On the spur of the moment, cutting off the possibility of setting up too-high expectations of myself as a hostess, I invited our closest friends over for supper yesterday. Offered her a glass of wine as she arrived, having left her husband at home watching over the apple pie that had ten more minutes to bake. She looked surprised and said, “Are we at that stage now?” and gladly accepted a blue Hebron glass of Chardonnay, while I decided to work on using up a previously opened bottle of Riesling, and poured a modest amount into my rooster glass. I was thinking I might have to add some honey mead to make it palatable, but it was sweet and mild enough even for me. We felt quite free spirited, even when her husband came along with the pie and some non-dairy frozen pie topping, as my husband led him into a discussion of first century theology and pulled out a volume of Philo.
I’ve written before about how special this friend of mine is–so gentle and kind, so self effacing and giving, so patient. She derives her strength and deep reserves of love from a deep faith in her Lord, a life of prayer and meditation and walking in relationship… which I have not found to have become much a part of my own life at this stage of life. Not in that way or to that degree. I’m in a kind of dormancy there, or holding pattern. During our home schooling days together we were more in tune that way, but even now she continues to share her riches with me in my dry space. The men—completely different personalities—completely! always enjoy getting together too, talking amiably about politics, religion, and family life. In a way the personalities are kiddie corner, with I and my friend’s husband having similar senses of humor, verbal reticence, green thumbs, and placing our trust in knowledge and reason, while my husband and my friend are more heart-oriented. Though with him it is with intensity and a habit of speak first think later, and hers is a meeker version. Passion and compassion?
The oldest son of this couple and our oldest son became friends over a box of Bionicle action figure parts in a dance studio waiting room, then their daughter bonded with my two–she is between them in age. Their next boy became best friends with my youngest, they being within a week in age. Their youngest boy then looped into that friendship as he moved from toddlerhood to boyhood, so now that the oldest are off to college, there are two sets of three friends.
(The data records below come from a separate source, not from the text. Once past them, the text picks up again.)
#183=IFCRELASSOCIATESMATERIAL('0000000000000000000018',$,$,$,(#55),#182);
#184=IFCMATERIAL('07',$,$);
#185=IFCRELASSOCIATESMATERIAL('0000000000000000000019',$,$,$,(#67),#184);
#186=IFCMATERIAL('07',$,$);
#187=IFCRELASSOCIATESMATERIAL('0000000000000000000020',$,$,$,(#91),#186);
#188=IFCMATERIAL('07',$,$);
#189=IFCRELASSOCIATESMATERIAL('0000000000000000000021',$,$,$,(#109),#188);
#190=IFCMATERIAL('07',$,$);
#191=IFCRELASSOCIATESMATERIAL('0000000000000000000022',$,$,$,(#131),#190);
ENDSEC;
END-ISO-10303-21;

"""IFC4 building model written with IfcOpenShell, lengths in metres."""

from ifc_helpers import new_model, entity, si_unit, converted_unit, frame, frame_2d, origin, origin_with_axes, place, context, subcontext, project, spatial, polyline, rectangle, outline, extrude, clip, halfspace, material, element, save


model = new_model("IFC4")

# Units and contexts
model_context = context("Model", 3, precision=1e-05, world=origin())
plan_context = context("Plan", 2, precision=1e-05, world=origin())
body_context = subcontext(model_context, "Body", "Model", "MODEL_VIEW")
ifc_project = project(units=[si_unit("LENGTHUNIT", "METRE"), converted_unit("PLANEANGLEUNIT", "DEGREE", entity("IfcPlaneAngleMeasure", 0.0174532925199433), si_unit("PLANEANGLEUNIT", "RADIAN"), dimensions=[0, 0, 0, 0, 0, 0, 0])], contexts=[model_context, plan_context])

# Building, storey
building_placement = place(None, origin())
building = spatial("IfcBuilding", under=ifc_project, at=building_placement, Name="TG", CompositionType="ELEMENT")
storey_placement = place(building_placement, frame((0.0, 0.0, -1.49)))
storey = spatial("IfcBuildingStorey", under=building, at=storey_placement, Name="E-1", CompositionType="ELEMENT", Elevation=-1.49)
My youngest son cleared the table after dinner so we could play telepictionary, and since it’s the best game ever and not at all dependent on artistic or verbal skill, and with no winning and losing, we all joined in, except the teens, who had other things to attend to. Some of us needed those laughs very much–who doesn’t? But I laughed only so hard that my eyes watered, and did not cry. Truly, I don’t feel that welling up of sadness much any more, which is hopeful, I guess. But I feel more myself with some of my roots reaching down to a place melancholy—feels more real, and for some reason I can recognize beauty and feel joy and gratitude better from that place. Like, I need, need, need to watch that hummingbird do its whole routine, including sitting on the fence and chirping. And I need to respond, just a few words directed to that tiny being. And there’s more need for humor and laughter and music where a sorrow ebbs and flows, and things can only get better, right?
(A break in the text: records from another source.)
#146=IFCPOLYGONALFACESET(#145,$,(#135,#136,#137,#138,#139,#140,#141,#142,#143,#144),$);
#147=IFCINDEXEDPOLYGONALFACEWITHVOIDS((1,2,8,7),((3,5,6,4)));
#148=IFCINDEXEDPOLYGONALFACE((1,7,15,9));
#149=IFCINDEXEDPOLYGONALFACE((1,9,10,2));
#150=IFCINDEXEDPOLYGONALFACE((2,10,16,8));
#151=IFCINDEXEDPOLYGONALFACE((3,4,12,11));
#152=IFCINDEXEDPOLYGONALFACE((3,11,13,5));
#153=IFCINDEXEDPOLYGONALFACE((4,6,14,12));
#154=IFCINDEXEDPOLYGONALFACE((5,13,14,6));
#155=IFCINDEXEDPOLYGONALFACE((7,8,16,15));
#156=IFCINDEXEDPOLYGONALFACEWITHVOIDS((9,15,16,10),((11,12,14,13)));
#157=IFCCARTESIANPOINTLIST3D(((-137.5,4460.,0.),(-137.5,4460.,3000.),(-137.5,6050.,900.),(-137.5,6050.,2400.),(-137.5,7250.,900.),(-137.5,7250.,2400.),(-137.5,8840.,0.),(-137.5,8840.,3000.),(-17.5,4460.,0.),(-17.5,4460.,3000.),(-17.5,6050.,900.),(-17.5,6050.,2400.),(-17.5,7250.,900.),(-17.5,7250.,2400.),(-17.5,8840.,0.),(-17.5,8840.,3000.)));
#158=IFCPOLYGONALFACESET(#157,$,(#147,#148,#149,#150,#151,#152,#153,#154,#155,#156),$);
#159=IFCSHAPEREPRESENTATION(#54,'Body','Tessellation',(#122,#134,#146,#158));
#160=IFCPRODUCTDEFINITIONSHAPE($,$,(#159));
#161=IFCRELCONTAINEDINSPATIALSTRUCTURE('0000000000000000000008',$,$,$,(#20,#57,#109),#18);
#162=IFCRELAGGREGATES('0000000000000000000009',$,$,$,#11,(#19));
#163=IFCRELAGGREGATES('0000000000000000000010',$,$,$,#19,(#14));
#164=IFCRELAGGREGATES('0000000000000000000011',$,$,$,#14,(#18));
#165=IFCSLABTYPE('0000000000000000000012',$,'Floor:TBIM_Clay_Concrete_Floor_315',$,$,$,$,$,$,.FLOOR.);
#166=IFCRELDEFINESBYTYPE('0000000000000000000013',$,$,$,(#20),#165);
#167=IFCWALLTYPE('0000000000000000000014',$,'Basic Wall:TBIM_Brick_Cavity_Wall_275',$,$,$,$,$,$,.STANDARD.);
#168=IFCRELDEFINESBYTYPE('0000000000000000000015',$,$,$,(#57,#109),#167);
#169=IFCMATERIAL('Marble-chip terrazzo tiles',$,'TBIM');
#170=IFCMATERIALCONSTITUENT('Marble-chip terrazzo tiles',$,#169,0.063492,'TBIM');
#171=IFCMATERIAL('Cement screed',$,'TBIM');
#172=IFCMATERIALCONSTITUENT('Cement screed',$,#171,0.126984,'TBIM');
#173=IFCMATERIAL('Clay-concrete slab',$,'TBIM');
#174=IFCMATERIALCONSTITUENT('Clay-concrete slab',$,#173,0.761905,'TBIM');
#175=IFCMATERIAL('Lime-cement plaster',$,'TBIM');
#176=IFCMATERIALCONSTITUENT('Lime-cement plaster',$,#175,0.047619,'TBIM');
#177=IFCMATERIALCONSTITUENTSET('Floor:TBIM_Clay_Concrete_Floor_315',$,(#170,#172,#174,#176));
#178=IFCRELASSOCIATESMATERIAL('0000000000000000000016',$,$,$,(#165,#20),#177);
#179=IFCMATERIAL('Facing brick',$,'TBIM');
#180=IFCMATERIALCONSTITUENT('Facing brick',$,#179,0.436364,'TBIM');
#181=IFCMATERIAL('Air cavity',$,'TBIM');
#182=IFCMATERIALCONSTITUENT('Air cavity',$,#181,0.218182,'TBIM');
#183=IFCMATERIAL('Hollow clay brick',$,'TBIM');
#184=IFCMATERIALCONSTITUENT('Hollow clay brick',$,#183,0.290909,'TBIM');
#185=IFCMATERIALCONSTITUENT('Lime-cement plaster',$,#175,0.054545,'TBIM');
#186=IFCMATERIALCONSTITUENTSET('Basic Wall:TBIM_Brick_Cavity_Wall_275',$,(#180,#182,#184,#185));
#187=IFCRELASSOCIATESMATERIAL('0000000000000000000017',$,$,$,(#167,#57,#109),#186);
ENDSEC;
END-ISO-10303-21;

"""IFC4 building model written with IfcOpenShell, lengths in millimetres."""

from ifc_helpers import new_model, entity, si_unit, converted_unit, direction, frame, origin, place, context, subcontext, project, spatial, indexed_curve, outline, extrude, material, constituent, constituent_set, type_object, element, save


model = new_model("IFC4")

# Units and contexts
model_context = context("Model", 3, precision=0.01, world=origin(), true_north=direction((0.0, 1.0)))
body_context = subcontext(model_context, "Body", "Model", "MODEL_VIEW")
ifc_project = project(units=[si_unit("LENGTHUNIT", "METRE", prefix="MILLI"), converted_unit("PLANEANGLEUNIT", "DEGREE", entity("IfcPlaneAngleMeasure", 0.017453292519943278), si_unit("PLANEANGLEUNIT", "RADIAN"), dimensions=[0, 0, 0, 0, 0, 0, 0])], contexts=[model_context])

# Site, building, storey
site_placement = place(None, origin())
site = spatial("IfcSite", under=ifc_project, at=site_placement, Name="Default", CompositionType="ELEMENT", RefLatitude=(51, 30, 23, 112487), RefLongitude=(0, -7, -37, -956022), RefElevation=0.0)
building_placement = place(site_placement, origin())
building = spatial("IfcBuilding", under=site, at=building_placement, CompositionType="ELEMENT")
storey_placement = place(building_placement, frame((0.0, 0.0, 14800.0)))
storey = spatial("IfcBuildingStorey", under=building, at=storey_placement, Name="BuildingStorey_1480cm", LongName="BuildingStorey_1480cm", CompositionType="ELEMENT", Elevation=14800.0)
There were a lot of dirty dishes afterward. Two of them were the barely touched glasses of wine I’d poured for my friend and me. We have so much catching up to do on the drinking of wine by perimenopausal women front. Maybe a night at my friend L’s house–she even has friends our age who like to skinny dip in the lake! Those little signs of, what? the crystalization of the non-dependent identity of a free agent that is in a marriage partnership not out of habit, or for the children’s sake, but as the fulfillment of a promise. But, by God, there weren’t any promises not to go on hootenanies or shenanigans with the gals now and again! Talk of an all women dance party with disco ball, a trip out to one of the islands for a pedestrian adventure and overnight, tickets to a big name performance in Vancouver. Interspersed by a paddle around the bay, a walk to the coffee shop in the wild weather, making applesauce together from the windfalls from the neighbors’ trees.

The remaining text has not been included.